**Exercise description**
Repeat the listing below in full, keeping every character as it is.

**Material to process**
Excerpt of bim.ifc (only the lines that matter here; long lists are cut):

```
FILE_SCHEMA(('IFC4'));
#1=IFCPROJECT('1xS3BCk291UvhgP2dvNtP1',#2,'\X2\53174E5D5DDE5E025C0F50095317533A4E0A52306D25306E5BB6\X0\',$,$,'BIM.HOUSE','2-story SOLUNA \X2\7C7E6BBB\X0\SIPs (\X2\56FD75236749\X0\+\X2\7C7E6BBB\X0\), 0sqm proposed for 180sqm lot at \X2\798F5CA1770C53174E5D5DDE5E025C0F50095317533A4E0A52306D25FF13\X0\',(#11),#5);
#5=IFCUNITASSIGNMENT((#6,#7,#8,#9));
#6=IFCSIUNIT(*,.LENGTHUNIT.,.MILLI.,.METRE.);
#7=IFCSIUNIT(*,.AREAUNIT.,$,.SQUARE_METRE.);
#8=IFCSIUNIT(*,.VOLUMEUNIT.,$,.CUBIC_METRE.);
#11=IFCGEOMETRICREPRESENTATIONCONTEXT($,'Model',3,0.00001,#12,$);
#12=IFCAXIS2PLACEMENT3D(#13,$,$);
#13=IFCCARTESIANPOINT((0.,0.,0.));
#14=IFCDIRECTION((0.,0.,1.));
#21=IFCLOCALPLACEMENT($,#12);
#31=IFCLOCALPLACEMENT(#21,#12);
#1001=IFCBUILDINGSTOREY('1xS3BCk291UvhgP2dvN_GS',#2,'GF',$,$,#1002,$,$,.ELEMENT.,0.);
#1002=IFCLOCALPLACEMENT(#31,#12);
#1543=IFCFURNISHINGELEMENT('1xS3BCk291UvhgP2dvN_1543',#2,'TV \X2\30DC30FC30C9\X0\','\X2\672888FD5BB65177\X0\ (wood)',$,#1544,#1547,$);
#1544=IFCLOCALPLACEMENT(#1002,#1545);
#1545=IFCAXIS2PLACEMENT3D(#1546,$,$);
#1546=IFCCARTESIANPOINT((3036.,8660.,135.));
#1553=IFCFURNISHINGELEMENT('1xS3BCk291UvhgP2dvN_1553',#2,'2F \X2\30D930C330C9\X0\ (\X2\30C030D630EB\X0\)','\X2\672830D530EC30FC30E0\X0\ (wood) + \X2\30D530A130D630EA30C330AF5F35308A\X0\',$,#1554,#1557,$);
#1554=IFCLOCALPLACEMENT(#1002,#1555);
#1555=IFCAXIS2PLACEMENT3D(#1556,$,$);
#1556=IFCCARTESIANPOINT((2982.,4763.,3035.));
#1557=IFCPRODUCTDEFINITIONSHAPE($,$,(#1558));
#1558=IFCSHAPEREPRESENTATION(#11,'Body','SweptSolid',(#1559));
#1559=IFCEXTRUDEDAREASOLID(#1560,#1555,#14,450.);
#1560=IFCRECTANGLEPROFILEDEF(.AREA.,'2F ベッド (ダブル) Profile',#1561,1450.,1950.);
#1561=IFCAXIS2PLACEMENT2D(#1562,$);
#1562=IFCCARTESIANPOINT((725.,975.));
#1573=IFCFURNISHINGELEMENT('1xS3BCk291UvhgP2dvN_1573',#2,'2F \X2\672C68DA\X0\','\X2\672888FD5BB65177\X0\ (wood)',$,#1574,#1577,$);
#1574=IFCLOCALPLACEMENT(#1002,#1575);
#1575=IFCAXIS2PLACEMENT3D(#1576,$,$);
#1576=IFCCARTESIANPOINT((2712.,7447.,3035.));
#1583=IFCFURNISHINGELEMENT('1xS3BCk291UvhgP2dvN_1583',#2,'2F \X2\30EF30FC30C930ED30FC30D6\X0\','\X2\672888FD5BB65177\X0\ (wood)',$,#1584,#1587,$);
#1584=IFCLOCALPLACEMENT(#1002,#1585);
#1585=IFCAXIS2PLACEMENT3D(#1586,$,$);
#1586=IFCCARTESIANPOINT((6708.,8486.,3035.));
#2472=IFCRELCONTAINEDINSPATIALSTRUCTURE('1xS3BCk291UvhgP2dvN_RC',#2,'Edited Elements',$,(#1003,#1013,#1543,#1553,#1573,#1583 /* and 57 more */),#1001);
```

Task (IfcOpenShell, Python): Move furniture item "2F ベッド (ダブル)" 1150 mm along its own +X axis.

```python
import ifcopenshell
import ifcopenshell.api.geometry
import ifcopenshell.util.placement
import ifcopenshell.util.unit

model = ifcopenshell.open("bim.ifc")
unit_scale = ifcopenshell.util.unit.calculate_unit_scale(model)

item = model.by_id(1553)
matrix = ifcopenshell.util.placement.get_local_placement(item.ObjectPlacement)
matrix[:3, 3] += matrix[:3, 0] * 1.15 / unit_scale
ifcopenshell.api.geometry.edit_object_placement(model, product=item, matrix=matrix, is_si=False)

print(ifcopenshell.util.placement.get_local_placement(item.ObjectPlacement).round(3) + 0.0)

model.write("bim_rev.ifc")
```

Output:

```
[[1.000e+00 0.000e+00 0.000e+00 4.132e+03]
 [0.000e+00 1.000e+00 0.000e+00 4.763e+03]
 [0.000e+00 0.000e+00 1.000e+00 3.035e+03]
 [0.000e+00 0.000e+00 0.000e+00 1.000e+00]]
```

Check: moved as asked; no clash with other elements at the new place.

**Exercise answer**
Excerpt of bim.ifc (only the lines that matter here; long lists are cut):

```
FILE_SCHEMA(('IFC4'));
#1=IFCPROJECT('1xS3BCk291UvhgP2dvNtP1',#2,'\X2\53174E5D5DDE5E025C0F50095317533A4E0A52306D25306E5BB6\X0\',$,$,'BIM.HOUSE','2-story SOLUNA \X2\7C7E6BBB\X0\SIPs (\X2\56FD75236749\X0\+\X2\7C7E6BBB\X0\), 0sqm proposed for 180sqm lot at \X2\798F5CA1770C53174E5D5DDE5E025C0F50095317533A4E0A52306D25FF13\X0\',(#11),#5);
#5=IFCUNITASSIGNMENT((#6,#7,#8,#9));
#6=IFCSIUNIT(*,.LENGTHUNIT.,.MILLI.,.METRE.);
#7=IFCSIUNIT(*,.AREAUNIT.,$,.SQUARE_METRE.);
#8=IFCSIUNIT(*,.VOLUMEUNIT.,$,.CUBIC_METRE.);
#11=IFCGEOMETRICREPRESENTATIONCONTEXT($,'Model',3,0.00001,#12,$);
#12=IFCAXIS2PLACEMENT3D(#13,$,$);
#13=IFCCARTESIANPOINT((0.,0.,0.));
#14=IFCDIRECTION((0.,0.,1.));
#21=IFCLOCALPLACEMENT($,#12);
#31=IFCLOCALPLACEMENT(#21,#12);
#1001=IFCBUILDINGSTOREY('1xS3BCk291UvhgP2dvN_GS',#2,'GF',$,$,#1002,$,$,.ELEMENT.,0.);
#1002=IFCLOCALPLACEMENT(#31,#12);
#1543=IFCFURNISHINGELEMENT('1xS3BCk291UvhgP2dvN_1543',#2,'TV \X2\30DC30FC30C9\X0\','\X2\672888FD5BB65177\X0\ (wood)',$,#1544,#1547,$);
#1544=IFCLOCALPLACEMENT(#1002,#1545);
#1545=IFCAXIS2PLACEMENT3D(#1546,$,$);
#1546=IFCCARTESIANPOINT((3036.,8660.,135.));
#1553=IFCFURNISHINGELEMENT('1xS3BCk291UvhgP2dvN_1553',#2,'2F \X2\30D930C330C9\X0\ (\X2\30C030D630EB\X0\)','\X2\672830D530EC30FC30E0\X0\ (wood) + \X2\30D530A130D630EA30C330AF5F35308A\X0\',$,#1554,#1557,$);
#1554=IFCLOCALPLACEMENT(#1002,#1555);
#1555=IFCAXIS2PLACEMENT3D(#1556,$,$);
#1556=IFCCARTESIANPOINT((2982.,4763.,3035.));
#1557=IFCPRODUCTDEFINITIONSHAPE($,$,(#1558));
#1558=IFCSHAPEREPRESENTATION(#11,'Body','SweptSolid',(#1559));
#1559=IFCEXTRUDEDAREASOLID(#1560,#1555,#14,450.);
#1560=IFCRECTANGLEPROFILEDEF(.AREA.,'2F ベッド (ダブル) Profile',#1561,1450.,1950.);
#1561=IFCAXIS2PLACEMENT2D(#1562,$);
#1562=IFCCARTESIANPOINT((725.,975.));
#1573=IFCFURNISHINGELEMENT('1xS3BCk291UvhgP2dvN_1573',#2,'2F \X2\672C68DA\X0\','\X2\672888FD5BB65177\X0\ (wood)',$,#1574,#1577,$);
#1574=IFCLOCALPLACEMENT(#1002,#1575);
#1575=IFCAXIS2PLACEMENT3D(#1576,$,$);
#1576=IFCCARTESIANPOINT((2712.,7447.,3035.));
#1583=IFCFURNISHINGELEMENT('1xS3BCk291UvhgP2dvN_1583',#2,'2F \X2\30EF30FC30C930ED30FC30D6\X0\','\X2\672888FD5BB65177\X0\ (wood)',$,#1584,#1587,$);
#1584=IFCLOCALPLACEMENT(#1002,#1585);
#1585=IFCAXIS2PLACEMENT3D(#1586,$,$);
#1586=IFCCARTESIANPOINT((6708.,8486.,3035.));
#2472=IFCRELCONTAINEDINSPATIALSTRUCTURE('1xS3BCk291UvhgP2dvN_RC',#2,'Edited Elements',$,(#1003,#1013,#1543,#1553,#1573,#1583 /* and 57 more */),#1001);
```

Task (IfcOpenShell, Python): Move furniture item "2F ベッド (ダブル)" 1150 mm along its own +X axis.

```python
import ifcopenshell
import ifcopenshell.api.geometry
import ifcopenshell.util.placement
import ifcopenshell.util.unit

model = ifcopenshell.open("bim.ifc")
unit_scale = ifcopenshell.util.unit.calculate_unit_scale(model)

item = model.by_id(1553)
matrix = ifcopenshell.util.placement.get_local_placement(item.ObjectPlacement)
matrix[:3, 3] += matrix[:3, 0] * 1.15 / unit_scale
ifcopenshell.api.geometry.edit_object_placement(model, product=item, matrix=matrix, is_si=False)

print(ifcopenshell.util.placement.get_local_placement(item.ObjectPlacement).round(3) + 0.0)

model.write("bim_rev.ifc")
```

Output:

```
[[1.000e+00 0.000e+00 0.000e+00 4.132e+03]
 [0.000e+00 1.000e+00 0.000e+00 4.763e+03]
 [0.000e+00 0.000e+00 1.000e+00 3.035e+03]
 [0.000e+00 0.000e+00 0.000e+00 1.000e+00]]
```

Check: moved as asked; no clash with other elements at the new place.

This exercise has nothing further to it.